The DOJ also found that Ashford enrolled online students who weren't qualified for post-secondary education. Part of the settlement incentivizes the school to enroll eligible students.

To ensure Bridgepoint/Ashford comply with terms of the AVC, Thomas J. Perrelli, former U.S. Associate Attorney General for President Obama, has been appointed "settlement administrator." Perrelli will work independent of the DOJ and the university to make sure the company complies with settlement terms.
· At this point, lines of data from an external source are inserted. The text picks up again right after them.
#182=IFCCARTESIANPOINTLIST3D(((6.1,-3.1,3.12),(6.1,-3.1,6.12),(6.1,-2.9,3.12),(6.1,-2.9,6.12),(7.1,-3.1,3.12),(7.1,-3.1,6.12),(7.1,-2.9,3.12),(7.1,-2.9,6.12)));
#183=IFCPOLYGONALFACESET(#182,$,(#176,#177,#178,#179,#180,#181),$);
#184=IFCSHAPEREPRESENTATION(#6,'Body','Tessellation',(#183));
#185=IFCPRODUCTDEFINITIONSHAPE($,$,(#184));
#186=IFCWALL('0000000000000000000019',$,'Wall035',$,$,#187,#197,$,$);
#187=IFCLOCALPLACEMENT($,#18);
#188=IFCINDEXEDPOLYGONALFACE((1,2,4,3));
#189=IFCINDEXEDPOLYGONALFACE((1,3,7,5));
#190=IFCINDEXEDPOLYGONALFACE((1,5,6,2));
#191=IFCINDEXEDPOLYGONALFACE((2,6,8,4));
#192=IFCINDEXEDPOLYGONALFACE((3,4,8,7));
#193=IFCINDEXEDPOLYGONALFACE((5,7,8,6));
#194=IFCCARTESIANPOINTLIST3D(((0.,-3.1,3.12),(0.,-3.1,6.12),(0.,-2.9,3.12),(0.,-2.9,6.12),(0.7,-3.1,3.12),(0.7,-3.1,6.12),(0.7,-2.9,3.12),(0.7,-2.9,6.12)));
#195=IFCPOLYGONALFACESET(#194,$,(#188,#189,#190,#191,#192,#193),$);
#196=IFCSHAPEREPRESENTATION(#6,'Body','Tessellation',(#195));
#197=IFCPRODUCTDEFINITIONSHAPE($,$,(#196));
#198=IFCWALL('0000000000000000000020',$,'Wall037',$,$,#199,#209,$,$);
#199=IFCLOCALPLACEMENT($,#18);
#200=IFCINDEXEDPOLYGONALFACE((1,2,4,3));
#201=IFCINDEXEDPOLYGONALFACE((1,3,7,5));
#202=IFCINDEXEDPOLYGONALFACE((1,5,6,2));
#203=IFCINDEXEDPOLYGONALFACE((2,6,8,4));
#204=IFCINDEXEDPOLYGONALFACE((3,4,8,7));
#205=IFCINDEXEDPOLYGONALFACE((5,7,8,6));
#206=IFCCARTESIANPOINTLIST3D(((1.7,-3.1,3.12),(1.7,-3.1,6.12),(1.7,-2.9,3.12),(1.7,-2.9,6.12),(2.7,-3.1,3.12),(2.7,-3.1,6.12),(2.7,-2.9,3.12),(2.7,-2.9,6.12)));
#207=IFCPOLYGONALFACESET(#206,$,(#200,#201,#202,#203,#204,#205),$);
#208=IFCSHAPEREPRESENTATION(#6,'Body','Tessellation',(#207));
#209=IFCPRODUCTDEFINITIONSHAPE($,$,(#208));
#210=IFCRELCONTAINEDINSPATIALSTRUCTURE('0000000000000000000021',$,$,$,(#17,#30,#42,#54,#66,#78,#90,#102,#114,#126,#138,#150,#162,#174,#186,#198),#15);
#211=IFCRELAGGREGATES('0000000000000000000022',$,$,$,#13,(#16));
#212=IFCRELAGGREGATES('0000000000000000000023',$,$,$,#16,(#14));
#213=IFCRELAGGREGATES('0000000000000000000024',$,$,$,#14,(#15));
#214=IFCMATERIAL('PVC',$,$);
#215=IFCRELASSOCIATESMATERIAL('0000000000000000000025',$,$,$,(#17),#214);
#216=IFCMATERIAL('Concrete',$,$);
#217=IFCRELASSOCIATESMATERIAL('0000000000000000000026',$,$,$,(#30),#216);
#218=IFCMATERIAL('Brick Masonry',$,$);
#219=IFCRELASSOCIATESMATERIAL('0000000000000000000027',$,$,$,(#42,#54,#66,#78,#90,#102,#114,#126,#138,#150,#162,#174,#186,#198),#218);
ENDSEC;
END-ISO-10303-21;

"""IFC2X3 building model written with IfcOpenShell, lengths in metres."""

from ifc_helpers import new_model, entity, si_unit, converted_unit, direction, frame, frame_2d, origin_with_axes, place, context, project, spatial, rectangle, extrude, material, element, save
He is required to submit annual reports to the DOJ for three years.

Bridgepoint/Ashford issued a statement Friday afternoon, denying the allegations but accepting settlement terms:

"Bridgepoint Education and Ashford University expressly deny wrongdoing or liability of any kind, and have agreed to enter into this Assurance solely for the purpose of settlement and to resolve all issues raised regarding the Attorney General’s inquiry," read a Bridgepoint/Ashford press release. "Specifically, Ashford denies ever using 'unfair or high-pressure sales tactics, including emotionally charged appeals to persuade prospective students to make uninformed decisions to enroll' or ever 'making false or misleading statements to prospective students in order to convince them to enroll.' Furthermore, for the past four years, Ashford student satisfaction surveys have shown that 93 percent of those students surveyed would recommend Ashford University to a friend or family member..."

Miller told the press that the institution has made positive changes since his investigation was initiated.

"I will say that we've noticed over time that there's been changes in the conduct in the university and the corporation," he said, "that some of the things we were most concerned about have been improved considerably. But that's not good enough."

Miller credited U.S. Sen. Tom Harkin, D-Iowa, with "leading the charge" on for-profit college issues. Harkin, in turn, issued a statement praising Miller's efforts along with the departments.

"I welcome today's news on behalf of Iowa's students and applaud Attorney General Miller for undertaking this investigation," Harkin said.